An interesting finding from the analysis of the best-performing model shows that the fine-tuning strategy does help generate more frequently used words, which are assumed to be simpler and easier to understand.

Domain Adaptation to Dutch Municipal Texts

Next, LSBert was adapted to the task of lexical simplification for Dutch by making use of a Dutch version of the Bert model - BERTje [4]. This time, experiments were conducted by fine-tuning the model on simple Dutch data from the Wablieft corpus, as well as (simple) municipal data provided by the communications department of the municipality.

In order to quantitatively evaluate the Dutch model, a new dataset* was manually annotated by 23 communications and language experts. The annotators were presented with a list of words generated by a baseline model and asked to select all good simplifications or provide their own suggestions. It is worth mentioning that 77% of the respondents found that most of the time at least one good simplification was already provided by the initial model.

amsterdamintelligence - readability workshop - example results — Examples of sentences and the automatically generated substitutions for a highlighted complex word.

The performance of the models trained by the three different fine-tuning strategies was similar, reaching a potential of 85% - a measure for how often at least a single suitable substitution has been generated. These overall results prove that it is possible to generate simplifications for words within Dutch municipal texts. As can be seen in the examples above, the generated alternatives could easily serve as help for editors within a simplification platform.

Next Steps: Towards Automatic Text Simplification

Currently, we are taking yet another step further, researching the technological possibilities for automatic text simplification - that is, to simplify longer pieces of text, such as whole sentences or even paragraphs. Daniel Vlantis, a bachelor student from VU, is working on replicating a pipeline for the simplification of dutch medical texts [5]. The main idea behind this work is to overcome the issues presented by the lack of Dutch training data for the task. His initial experiments show that this pipeline might also be applicable to general municipal communication.

Stay tuned for Daniel’s full methodology and all results soon!

* Both the lexical simplification evaluation dataset and the corpus of simple municipal documents are available on request for research purposes. All code is publicly available in the project’s GitHub repository.

[1] Devlin, Jacob, et al. "Bert: Pre-training of deep bidirectional transformers for language understanding." arXiv preprint arXiv:1810.04805 (2018).

[2] Qiang, Jipeng, et al. "Lexical simplification with pretrained encoders." Proceedings of the AAAI Conference on Artificial Intelligence.

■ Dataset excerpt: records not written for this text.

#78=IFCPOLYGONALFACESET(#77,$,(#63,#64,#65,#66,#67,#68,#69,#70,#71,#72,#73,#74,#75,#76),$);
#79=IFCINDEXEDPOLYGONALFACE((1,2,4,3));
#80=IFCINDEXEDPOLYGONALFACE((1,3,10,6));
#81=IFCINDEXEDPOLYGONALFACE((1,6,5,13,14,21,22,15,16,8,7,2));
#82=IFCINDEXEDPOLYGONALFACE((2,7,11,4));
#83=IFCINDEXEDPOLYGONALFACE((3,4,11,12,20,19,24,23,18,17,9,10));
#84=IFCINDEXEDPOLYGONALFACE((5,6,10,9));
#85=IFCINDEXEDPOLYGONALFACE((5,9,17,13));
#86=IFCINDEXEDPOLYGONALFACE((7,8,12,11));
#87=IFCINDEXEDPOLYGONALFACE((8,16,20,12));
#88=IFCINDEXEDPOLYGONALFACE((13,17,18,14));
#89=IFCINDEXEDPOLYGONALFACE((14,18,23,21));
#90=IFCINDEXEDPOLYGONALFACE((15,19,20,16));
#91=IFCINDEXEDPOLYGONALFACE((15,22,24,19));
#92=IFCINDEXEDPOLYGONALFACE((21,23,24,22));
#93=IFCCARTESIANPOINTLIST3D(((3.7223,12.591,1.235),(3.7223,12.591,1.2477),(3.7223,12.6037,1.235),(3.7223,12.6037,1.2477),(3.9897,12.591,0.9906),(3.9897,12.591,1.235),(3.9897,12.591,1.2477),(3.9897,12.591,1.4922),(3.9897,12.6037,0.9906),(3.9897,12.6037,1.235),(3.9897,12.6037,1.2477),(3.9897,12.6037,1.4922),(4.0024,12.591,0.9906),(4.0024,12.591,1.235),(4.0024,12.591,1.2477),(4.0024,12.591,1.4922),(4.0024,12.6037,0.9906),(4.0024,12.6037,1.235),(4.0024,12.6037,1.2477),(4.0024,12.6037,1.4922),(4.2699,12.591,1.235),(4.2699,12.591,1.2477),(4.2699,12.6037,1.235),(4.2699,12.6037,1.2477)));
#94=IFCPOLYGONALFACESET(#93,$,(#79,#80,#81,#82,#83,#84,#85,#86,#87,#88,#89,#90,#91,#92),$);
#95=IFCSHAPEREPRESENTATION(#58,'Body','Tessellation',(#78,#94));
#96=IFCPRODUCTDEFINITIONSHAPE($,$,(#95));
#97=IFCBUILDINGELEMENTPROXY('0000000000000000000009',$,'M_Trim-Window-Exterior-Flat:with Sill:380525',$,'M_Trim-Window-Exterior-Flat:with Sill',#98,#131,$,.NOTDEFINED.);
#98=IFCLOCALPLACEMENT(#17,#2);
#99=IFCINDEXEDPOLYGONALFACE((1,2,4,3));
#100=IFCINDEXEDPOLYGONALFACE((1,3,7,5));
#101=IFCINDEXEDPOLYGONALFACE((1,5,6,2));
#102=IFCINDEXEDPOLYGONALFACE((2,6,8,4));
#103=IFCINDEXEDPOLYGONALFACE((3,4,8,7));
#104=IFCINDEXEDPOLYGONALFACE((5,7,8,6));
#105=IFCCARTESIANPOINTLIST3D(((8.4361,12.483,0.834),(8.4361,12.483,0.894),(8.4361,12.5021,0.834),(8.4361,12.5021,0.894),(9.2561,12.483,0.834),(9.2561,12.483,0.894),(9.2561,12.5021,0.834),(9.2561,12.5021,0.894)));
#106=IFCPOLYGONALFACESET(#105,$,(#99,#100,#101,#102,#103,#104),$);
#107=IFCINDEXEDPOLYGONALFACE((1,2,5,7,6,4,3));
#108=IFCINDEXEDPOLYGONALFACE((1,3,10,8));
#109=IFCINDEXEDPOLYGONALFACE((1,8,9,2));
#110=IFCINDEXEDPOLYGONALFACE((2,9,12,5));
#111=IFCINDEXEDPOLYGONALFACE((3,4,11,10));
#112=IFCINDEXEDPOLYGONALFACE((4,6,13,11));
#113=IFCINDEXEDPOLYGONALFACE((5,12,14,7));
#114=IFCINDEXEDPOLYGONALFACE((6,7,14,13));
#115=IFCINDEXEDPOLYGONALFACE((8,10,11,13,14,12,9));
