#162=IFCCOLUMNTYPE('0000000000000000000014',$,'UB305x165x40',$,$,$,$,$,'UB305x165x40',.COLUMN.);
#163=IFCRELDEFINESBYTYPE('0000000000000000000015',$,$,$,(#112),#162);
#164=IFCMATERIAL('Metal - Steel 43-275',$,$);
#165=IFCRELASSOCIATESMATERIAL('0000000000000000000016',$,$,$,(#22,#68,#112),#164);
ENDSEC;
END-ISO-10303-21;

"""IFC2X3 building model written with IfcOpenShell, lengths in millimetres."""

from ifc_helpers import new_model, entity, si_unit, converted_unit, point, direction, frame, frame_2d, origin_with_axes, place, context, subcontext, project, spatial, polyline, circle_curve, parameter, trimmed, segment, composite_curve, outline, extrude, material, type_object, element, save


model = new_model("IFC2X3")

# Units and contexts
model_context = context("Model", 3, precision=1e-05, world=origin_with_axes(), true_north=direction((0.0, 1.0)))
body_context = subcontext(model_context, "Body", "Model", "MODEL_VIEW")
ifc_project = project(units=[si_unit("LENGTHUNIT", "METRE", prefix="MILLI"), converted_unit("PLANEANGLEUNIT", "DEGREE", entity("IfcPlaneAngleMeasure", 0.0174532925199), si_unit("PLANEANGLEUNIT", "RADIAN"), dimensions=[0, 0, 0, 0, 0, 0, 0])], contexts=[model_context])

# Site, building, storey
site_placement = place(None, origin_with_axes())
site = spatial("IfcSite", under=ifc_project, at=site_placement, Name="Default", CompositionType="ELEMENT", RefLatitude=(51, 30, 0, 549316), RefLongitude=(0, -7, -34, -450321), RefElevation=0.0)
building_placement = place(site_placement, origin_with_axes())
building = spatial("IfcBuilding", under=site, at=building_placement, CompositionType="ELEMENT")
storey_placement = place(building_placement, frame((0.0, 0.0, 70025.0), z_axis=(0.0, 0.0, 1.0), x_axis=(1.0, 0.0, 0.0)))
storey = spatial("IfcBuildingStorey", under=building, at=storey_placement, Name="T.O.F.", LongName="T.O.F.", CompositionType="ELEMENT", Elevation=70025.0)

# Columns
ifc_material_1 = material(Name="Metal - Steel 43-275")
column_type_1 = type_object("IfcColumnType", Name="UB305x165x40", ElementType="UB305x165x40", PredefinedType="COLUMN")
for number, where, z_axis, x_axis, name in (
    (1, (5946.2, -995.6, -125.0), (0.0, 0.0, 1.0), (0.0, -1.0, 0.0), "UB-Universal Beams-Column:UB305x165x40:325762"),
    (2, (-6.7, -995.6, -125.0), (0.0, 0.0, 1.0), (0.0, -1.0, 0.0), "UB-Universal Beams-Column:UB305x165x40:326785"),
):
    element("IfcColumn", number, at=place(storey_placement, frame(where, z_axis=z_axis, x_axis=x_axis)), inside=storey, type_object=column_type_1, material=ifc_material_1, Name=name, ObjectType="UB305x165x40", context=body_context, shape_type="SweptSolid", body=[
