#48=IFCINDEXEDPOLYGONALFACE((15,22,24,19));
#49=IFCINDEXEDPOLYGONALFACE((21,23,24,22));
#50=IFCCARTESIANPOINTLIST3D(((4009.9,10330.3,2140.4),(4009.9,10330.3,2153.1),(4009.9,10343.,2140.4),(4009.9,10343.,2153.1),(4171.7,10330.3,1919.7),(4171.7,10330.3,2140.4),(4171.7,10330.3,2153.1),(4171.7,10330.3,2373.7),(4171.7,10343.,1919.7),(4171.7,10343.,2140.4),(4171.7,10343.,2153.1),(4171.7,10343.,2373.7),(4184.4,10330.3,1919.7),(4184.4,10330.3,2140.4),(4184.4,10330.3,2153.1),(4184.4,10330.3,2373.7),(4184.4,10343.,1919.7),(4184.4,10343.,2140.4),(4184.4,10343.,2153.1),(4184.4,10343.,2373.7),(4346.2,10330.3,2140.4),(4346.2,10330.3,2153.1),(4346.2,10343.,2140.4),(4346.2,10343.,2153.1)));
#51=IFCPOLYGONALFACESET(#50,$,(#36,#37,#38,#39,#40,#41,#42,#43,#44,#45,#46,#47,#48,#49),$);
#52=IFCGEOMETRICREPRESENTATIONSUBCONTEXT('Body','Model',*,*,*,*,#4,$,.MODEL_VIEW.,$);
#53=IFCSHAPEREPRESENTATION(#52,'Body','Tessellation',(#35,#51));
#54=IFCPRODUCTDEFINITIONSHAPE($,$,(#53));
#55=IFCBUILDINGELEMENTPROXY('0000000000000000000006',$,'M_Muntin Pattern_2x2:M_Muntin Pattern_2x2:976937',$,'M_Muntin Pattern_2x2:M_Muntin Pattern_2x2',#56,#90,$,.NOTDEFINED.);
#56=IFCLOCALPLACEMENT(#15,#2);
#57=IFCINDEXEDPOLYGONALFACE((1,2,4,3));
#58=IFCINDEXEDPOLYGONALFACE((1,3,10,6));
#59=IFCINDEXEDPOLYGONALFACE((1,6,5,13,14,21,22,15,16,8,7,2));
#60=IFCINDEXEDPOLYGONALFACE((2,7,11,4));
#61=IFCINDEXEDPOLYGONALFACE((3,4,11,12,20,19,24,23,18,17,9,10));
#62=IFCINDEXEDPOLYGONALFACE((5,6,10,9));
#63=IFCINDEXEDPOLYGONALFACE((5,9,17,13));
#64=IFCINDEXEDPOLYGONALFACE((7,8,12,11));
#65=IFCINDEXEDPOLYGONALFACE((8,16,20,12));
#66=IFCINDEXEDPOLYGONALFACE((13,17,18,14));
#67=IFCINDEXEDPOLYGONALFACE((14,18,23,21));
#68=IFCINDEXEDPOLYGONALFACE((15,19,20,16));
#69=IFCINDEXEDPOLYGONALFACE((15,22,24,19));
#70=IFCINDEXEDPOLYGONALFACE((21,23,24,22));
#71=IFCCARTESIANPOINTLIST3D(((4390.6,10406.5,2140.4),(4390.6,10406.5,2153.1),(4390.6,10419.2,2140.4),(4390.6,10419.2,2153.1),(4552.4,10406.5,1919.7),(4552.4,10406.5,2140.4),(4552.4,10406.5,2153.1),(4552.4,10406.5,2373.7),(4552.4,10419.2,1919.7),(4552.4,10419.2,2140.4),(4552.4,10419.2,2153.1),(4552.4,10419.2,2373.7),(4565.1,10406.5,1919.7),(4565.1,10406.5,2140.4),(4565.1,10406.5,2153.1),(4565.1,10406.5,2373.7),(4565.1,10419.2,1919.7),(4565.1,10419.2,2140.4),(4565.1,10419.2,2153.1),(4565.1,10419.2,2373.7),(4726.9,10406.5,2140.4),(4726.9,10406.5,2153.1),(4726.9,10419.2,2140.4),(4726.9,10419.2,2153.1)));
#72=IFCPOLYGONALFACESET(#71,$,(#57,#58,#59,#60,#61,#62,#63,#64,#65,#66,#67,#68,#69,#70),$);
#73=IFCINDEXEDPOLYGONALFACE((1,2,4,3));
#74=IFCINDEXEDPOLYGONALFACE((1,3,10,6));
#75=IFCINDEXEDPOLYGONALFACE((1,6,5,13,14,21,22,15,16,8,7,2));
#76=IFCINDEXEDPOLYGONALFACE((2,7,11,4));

Vol. 34. No. 05. 2020.

[3] Coster, William, and David Kauchak. "Simple English Wikipedia: a new text simplification task." Proceedings of the 49th Annual Meeting of the Association for Computational Linguistics: Human Language Technologies. 2011.

[4] De Vries, Wietse, et al. "Bertje: A dutch bert model." arXiv preprint arXiv:1912.09582 (2019).

[5] Evers, Marloes. Low-Resource Neural Machine Translation for Simplification of Dutch Medical Text. Diss. Tilburg University, 2021.